BW I gotta be perfectly honest with you.  Those ribs look very very dry to my eyes.  That is not meant as any disrepect towards Bill Cannon either. I'd rather have some pulled back moist ribs, versus "properly" cooked non pulled back dry ribs.  Pull back is gonna happen, it's normal as the fat renders and the collagen breaks down and the meat shrinks.  Yes higher heat faster cooks will give you more pull back but pull back does not mean they're improperly cooked.


----------



## kickassbbq (Jun 13, 2007)

*Larry*

I got your back on tha one Larry!!!!!!!!!!!!!!!!!!!!
Smoke On!!!!!!

But then, H$$$ I don't know Jack Didley about anything, especially smokin' meat.

PARTY!!!!!!!!!!!!!!!!!


----------



## LarryWolfe (Jun 13, 2007)

*Re: Larry*



			
				kickassbbq said:
			
		

> I got your back on tha one Larry!!!!!!!!!!!!!!!!!!!!
> Smoke On!!!!!!
> 
> But then, H$$$ I don't know Jack Didley about anything, especially smokin' meat.
> ...



None of us know anything about BBQ or anything else for that matter, Ed!  The only people that know anything, especially how to cook BBQ the right way is the Texans, we should all know that by now!  :roll:  We're all doing it wrong!


----------



## kickassbbq (Jun 13, 2007)

*Texans?*

Texas?  Where the Heck is that?  
Smoke On!!!!!


----------



## Nick Prochilo (Jun 13, 2007)

*Re: Texans?*



			
				kickassbbq said:
			
		

> Texas?  Where the Heck is that?
> Smoke On!!!!!



Small part of Mexico!


----------



## bigwheel (Jun 14, 2007)

Well..I learnt a long time ago that there are two real distinct types of bbq folks.
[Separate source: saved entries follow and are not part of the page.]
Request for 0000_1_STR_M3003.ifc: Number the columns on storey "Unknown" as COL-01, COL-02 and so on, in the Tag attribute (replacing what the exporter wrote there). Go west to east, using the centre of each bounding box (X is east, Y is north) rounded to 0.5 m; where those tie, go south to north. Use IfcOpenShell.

First a look at what the model holds.

```python
import ifcopenshell
import ifcopenshell.util.element
import ifcopenshell.util.placement

model = ifcopenshell.open("0000_1_STR_M3003.ifc")
print(model.schema)
storey = next(s for s in model.by_type("IfcBuildingStorey") if s.Name == "Unknown")
columns = [e for e in ifcopenshell.util.element.get_decomposition(storey) if e.is_a("IfcColumn")]
for e in sorted(columns, key=lambda e: e.id()):
    origin = ifcopenshell.util.placement.get_local_placement(e.ObjectPlacement)[:3, 3]
    print(e.id(), e.Tag, e.Name, origin.round(2) + 0.0, sep=" | ")
```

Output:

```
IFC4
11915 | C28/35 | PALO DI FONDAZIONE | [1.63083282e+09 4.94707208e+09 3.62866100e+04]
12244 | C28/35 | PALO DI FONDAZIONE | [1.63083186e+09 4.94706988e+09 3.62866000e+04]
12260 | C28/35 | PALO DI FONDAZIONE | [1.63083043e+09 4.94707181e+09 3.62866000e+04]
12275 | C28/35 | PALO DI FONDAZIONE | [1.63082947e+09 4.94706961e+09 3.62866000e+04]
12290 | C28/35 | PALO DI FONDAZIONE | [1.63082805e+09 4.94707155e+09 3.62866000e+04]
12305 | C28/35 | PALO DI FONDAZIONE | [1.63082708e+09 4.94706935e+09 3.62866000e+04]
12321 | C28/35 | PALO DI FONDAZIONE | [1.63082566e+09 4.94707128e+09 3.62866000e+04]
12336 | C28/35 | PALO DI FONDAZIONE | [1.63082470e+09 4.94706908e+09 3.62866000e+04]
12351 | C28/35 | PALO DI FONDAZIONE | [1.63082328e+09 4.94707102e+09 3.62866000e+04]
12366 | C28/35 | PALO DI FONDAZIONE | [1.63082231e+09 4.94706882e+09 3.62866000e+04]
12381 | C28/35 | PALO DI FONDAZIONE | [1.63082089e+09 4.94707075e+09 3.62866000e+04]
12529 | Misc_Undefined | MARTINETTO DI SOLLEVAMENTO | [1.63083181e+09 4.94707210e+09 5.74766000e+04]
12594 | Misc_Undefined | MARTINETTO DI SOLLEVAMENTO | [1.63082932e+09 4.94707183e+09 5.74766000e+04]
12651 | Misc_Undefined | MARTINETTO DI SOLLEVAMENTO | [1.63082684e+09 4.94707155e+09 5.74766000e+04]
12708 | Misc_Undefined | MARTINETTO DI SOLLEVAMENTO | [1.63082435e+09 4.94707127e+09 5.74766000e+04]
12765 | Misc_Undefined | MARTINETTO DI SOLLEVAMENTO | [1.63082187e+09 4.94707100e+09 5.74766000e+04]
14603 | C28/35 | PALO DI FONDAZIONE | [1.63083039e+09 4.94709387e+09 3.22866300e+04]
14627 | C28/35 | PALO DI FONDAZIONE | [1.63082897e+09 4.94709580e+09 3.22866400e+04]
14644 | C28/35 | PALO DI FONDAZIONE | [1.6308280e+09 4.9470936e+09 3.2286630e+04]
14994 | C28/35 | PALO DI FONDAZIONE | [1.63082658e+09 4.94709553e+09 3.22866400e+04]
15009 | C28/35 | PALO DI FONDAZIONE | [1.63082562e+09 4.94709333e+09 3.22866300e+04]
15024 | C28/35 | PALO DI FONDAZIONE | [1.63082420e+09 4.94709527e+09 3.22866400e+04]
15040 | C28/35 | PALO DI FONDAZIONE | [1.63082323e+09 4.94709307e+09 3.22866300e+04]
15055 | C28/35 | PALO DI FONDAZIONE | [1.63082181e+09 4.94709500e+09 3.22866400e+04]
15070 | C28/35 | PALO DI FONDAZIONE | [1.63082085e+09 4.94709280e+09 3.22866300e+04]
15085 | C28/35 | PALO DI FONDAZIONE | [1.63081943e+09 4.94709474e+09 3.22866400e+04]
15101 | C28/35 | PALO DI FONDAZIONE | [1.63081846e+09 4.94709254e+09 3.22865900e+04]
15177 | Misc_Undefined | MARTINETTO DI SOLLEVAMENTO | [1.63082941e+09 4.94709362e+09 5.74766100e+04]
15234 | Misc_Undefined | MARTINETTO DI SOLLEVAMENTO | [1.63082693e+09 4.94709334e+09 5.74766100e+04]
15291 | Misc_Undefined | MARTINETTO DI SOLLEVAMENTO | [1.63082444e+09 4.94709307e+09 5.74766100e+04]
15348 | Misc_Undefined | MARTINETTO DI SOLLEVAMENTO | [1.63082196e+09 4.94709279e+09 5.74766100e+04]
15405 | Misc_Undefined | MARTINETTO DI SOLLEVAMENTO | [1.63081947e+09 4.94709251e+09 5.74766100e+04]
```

```python
import ifcopenshell
import ifcopenshell.geom
import ifcopenshell.util.element
import ifcopenshell.util.shape

model = ifcopenshell.open("0000_1_STR_M3003.ifc")
settings = ifcopenshell.geom.settings()
settings.set("use-world-coords", True)


def centre(element):
    shape = ifcopenshell.geom.create_shape(settings, element)
    return ifcopenshell.util.shape.get_bbox_centroid(shape.geometry)


storey = next(s for s in model.by_type("IfcBuildingStorey") if s.Name == "Unknown")
columns = [e for e in ifcopenshell.util.element.get_decomposition(storey) if e.is_a("IfcColumn")]

# Insertion points can sit at a corner or the storey origin, so sort by the geometry (in metres).
centres = {e: centre(e) for e in columns}
columns.sort(key=lambda e: (round(centres[e][0] / 0.5), centres[e][1]))

for i, e in enumerate(columns, start=1):
    number = f"COL-{i:02d}"
    e.Tag = number
    print(e.id(), number)

model.write("0000_1_STR_M3003_rev.ifc")
```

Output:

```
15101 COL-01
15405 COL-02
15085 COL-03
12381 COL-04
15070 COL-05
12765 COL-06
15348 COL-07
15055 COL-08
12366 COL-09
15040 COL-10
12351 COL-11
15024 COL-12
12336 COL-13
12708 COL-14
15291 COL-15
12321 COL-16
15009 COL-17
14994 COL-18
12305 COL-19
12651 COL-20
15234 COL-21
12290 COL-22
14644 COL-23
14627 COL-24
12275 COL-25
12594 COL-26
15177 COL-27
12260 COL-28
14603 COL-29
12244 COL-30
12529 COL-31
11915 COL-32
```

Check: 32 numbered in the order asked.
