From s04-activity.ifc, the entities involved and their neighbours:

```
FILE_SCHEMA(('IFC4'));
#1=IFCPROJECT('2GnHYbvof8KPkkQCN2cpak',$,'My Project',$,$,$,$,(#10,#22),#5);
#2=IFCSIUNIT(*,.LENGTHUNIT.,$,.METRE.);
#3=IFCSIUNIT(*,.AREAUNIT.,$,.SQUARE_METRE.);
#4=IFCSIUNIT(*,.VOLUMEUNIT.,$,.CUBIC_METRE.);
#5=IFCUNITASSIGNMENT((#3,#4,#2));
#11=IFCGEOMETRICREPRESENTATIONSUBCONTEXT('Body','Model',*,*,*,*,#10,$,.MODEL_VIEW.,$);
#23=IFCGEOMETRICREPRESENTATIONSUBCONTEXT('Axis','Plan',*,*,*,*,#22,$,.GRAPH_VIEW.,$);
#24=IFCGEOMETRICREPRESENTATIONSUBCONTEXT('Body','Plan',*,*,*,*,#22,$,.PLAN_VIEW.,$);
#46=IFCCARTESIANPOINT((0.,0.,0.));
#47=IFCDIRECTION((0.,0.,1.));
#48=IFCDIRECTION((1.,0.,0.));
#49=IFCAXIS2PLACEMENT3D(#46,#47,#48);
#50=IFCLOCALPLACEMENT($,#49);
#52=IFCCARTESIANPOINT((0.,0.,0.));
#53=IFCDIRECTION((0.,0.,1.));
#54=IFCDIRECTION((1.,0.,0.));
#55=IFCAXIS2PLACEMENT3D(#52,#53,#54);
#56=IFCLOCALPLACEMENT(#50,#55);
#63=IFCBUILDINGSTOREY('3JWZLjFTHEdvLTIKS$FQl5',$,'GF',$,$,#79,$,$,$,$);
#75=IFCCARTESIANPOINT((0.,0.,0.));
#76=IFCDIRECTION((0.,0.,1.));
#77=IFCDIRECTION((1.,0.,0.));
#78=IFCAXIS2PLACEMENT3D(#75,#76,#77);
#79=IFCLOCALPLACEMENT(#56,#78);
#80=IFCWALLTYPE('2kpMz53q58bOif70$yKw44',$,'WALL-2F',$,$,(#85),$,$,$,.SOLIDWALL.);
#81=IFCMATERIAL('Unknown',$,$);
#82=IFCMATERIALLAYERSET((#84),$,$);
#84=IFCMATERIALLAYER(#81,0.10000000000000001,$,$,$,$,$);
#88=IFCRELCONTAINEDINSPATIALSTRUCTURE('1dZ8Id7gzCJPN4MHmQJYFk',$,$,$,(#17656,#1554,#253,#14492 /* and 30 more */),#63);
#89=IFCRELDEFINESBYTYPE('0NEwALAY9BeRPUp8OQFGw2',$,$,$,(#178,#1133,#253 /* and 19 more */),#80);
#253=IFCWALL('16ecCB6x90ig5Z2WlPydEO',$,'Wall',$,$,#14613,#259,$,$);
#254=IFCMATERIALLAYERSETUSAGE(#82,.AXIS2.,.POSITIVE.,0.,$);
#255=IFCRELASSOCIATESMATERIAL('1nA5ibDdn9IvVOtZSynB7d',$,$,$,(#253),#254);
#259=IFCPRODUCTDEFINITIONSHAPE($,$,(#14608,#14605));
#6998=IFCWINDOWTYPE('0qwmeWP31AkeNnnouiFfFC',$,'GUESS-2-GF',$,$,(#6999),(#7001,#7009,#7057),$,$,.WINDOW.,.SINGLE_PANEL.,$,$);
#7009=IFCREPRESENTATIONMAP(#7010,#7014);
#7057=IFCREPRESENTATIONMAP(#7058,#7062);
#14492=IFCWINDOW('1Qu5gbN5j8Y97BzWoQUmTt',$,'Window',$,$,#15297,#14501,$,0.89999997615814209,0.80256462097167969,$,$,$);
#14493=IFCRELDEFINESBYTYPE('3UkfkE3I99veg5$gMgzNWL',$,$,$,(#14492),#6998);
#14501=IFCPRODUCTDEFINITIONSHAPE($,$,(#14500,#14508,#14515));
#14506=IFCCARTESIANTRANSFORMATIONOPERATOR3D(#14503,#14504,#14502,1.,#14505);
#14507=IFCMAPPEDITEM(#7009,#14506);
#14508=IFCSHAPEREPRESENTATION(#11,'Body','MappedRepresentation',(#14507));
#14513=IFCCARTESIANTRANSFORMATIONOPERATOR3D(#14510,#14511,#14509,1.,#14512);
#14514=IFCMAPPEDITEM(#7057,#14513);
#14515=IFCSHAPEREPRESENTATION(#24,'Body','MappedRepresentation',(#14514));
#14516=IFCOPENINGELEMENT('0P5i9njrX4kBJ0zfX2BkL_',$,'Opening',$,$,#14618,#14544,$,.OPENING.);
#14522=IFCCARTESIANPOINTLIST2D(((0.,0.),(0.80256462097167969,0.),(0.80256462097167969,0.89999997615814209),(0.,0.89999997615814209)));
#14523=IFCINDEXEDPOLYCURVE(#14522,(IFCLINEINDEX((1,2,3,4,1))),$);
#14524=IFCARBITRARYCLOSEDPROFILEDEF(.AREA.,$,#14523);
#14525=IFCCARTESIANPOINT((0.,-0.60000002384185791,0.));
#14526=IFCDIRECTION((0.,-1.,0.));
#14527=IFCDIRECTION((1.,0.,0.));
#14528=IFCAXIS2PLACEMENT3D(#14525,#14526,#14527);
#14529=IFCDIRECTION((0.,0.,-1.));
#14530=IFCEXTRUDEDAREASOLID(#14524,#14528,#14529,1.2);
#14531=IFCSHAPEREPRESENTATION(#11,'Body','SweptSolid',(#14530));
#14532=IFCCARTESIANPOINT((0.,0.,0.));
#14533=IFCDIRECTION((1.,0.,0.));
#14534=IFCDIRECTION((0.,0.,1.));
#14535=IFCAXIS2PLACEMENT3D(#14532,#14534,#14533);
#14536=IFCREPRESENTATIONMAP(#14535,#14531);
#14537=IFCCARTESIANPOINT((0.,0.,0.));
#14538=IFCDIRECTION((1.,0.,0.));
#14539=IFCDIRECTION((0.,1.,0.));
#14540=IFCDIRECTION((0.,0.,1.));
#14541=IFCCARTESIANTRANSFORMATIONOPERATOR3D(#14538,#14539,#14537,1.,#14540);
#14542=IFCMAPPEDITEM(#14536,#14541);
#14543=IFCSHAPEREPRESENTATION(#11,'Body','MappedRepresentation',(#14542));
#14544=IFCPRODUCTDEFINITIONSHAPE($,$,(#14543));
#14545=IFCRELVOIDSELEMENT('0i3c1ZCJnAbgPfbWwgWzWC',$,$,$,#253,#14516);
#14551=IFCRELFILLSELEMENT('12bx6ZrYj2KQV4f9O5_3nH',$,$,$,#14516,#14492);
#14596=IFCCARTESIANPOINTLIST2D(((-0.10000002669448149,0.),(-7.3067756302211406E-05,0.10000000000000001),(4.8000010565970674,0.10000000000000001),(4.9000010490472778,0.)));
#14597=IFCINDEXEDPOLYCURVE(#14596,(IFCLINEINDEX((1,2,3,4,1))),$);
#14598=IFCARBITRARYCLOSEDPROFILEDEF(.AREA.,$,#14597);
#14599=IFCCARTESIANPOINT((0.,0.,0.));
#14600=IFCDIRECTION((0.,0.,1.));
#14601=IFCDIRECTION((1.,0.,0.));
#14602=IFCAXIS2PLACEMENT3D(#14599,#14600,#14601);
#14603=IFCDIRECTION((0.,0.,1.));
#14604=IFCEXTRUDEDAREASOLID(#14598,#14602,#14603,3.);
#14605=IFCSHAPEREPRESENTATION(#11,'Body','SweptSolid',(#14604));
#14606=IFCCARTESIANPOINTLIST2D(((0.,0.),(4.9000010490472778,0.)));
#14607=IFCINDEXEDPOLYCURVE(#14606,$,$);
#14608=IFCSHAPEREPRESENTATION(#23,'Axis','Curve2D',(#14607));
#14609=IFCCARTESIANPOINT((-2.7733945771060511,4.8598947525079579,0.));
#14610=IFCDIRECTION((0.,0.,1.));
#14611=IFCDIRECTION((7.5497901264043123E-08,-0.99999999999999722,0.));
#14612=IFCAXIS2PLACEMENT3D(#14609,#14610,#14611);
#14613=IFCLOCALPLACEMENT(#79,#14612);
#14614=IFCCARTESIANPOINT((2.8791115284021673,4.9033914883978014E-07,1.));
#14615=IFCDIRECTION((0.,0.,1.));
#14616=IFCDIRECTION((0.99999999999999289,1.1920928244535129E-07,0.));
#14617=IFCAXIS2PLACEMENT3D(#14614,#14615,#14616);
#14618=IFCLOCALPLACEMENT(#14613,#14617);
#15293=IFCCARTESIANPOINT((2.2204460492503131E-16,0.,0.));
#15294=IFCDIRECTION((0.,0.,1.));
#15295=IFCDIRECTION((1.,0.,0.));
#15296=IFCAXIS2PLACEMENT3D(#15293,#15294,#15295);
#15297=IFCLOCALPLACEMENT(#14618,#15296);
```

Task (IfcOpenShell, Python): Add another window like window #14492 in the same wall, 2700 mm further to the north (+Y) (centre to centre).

```python
import ifcopenshell
import ifcopenshell.api.feature
import ifcopenshell.api.geometry
import ifcopenshell.api.root
import ifcopenshell.geom
import ifcopenshell.util.element
import ifcopenshell.util.placement
import ifcopenshell.util.shape
import ifcopenshell.util.unit

model = ifcopenshell.open("s04-activity.ifc")
unit_scale = ifcopenshell.util.unit.calculate_unit_scale(model)
settings = ifcopenshell.geom.settings()


def volume(element):
    """Net volume in cubic metres, openings subtracted."""
    shape = ifcopenshell.geom.create_shape(settings, element)
    return ifcopenshell.util.shape.get_volume(shape.geometry)


window = model.by_guid("1Qu5gbN5j8Y97BzWoQUmTt")
opening = window.FillsVoids[0].RelatingOpeningElement
wall = opening.VoidsElements[0].RelatingBuildingElement
before = volume(wall)
shift = ifcopenshell.util.placement.get_local_placement(wall.ObjectPlacement)[:3, 0] * -2.7 / unit_scale

# copy_class copies the void relationship, type, container and properties, but no geometry.
new_opening = ifcopenshell.api.root.copy_class(model, product=opening)
new_opening.Representation = ifcopenshell.util.element.copy_deep(
    model, opening.Representation, exclude=["IfcGeometricRepresentationContext", "IfcRepresentationMap"]
)
new_window = ifcopenshell.api.root.copy_class(model, product=window)
new_window.Representation = ifcopenshell.util.element.copy_deep(
    model, window.Representation, exclude=["IfcGeometricRepresentationContext", "IfcRepresentationMap"]
)
ifcopenshell.api.feature.add_filling(model, opening=new_opening, element=new_window)

for old, new in ((opening, new_opening), (window, new_window)):
    matrix = ifcopenshell.util.placement.get_local_placement(old.ObjectPlacement)
    matrix[:3, 3] += shift
    ifcopenshell.api.geometry.edit_object_placement(model, product=new, matrix=matrix, is_si=False)

after = volume(wall)

print(f"wall volume {before:.3f} -> {after:.3f} m3")

model.write("s04-activity_rev.ifc")
```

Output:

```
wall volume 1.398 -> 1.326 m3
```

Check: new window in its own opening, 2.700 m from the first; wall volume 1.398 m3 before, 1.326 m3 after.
There are some who really want to improve the finished product...and there is some who are looking for affirmatiion of their prowness. I had yall pegged as the former when obviously there is some who is of the latter.  Kindly excuse my ignorance for getting cornfused.

bigwheel


----------



## DATsBBQ (Jun 14, 2007)

Beef rib cook:
http://www.ncre.biz/DATsBBQ/Cooklogs/be ... 32107.html
They pulled back, but they were good. At a buck a pound, hard to go wrong.


----------



## bigwheel (Jun 14, 2007)

Ok..if we can cure that pulling back problemo everything should be good to go Actually I dont eat much smoked meat myself. I am a raw vegan at heart so to speak.  So the best thang to do is dont listen to me  

bigwheel


----------



## Cliff H. (Jun 14, 2007)

Dat,
Did you know that rack of ribs was giving you one of these. [smilie=thefinger.gif]


----------



## kickassbbq (Jun 14, 2007)

*Bones*

The Dat Meister.
Man, those look really good.  I wonder how much better they would have tasted without the bones showing?
PARTY!!!!!!!!!!!!!!!
Smoke On!!!!!!


----------



## LarryWolfe (Jun 14, 2007)

bigwheel said:
			
		

> Well..I learnt a long time ago that there are two real distinct types of bbq folks. There are some who really want to improve the finished product...and there is some who are looking for affirmatiion of their prowness. I had yall pegged as the former when obviously there is some who is of the latter.  Kindly excuse my ignorance for getting cornfused.
> 
> bigwheel



Well I learnt a long time ago too, that opinions are like assholes, everyone has one!  I also learnt that some assholes have opinions!  Well.....I have had you pegged as the latter from the beginnin'!  [smilie=a_chuckle.gif]


----------



## LarryWolfe (Jun 14, 2007)

bigwheel said:
			
		

> Ok..if we can cure that pulling back problemo everything should be good to go Actually I dont eat much smoked meat myself. I am a raw vegan at heart so to speak.  *So the best thang to do is dont listen to me*
> 
> bigwheel



Actually people can learn alot by listening to you!  As long as they do the opposite, they'll be fine!


----------



## DATsBBQ (Jun 14, 2007)

*Re: Bones*



			
				kickassbbq said:
			
		

> The Dat Meister.
> Man, those look really good.  I wonder how much better they would have tasted without the bones showing?
> PARTY!!!!!!!!!!!!!!!
> Smoke On!!!!!!



They were over trimmed to begin with. But the price was right 8)


----------



## kickassbbq (Jun 14, 2007)

*Arsehole?*

LARRY!!!!!
I want to be the Arsehole.  Please??????
It's just my nature.  
Everyone have a GREAT day and:
Smoke On!!!!!!!


----------



## bigwheel (Jun 14, 2007)

Well you a purty smart feller to figger that one out so quickly. Sure you aint from Texas?

bigwheel




			
				Larry Wolfe said:
			
		

> bigwheel said:
> 
> 
> 
> ...


----------



## LarryWolfe (Jun 14, 2007)

bigwheel said:
			
		

> Well you a purty smart feller to figger that one out so quickly. Sure you aint from Texas?
> 
> bigwheel
> 
> ...



Oh yeah, I'm mighty sure!!


----------



## Nick Prochilo (Jun 14, 2007)

Larry Wolfe said:
			
		

> bigwheel said:
> 
> 
> 
> ...


----------



## Nick Prochilo (Jun 14, 2007)

DATsBBQ said:
			
		

> Beef rib cook:
> http://www.ncre.biz/DATsBBQ/Cooklogs/be ... 32107.html
> They pulled back, but they were good. At a buck a pound, hard to go wrong.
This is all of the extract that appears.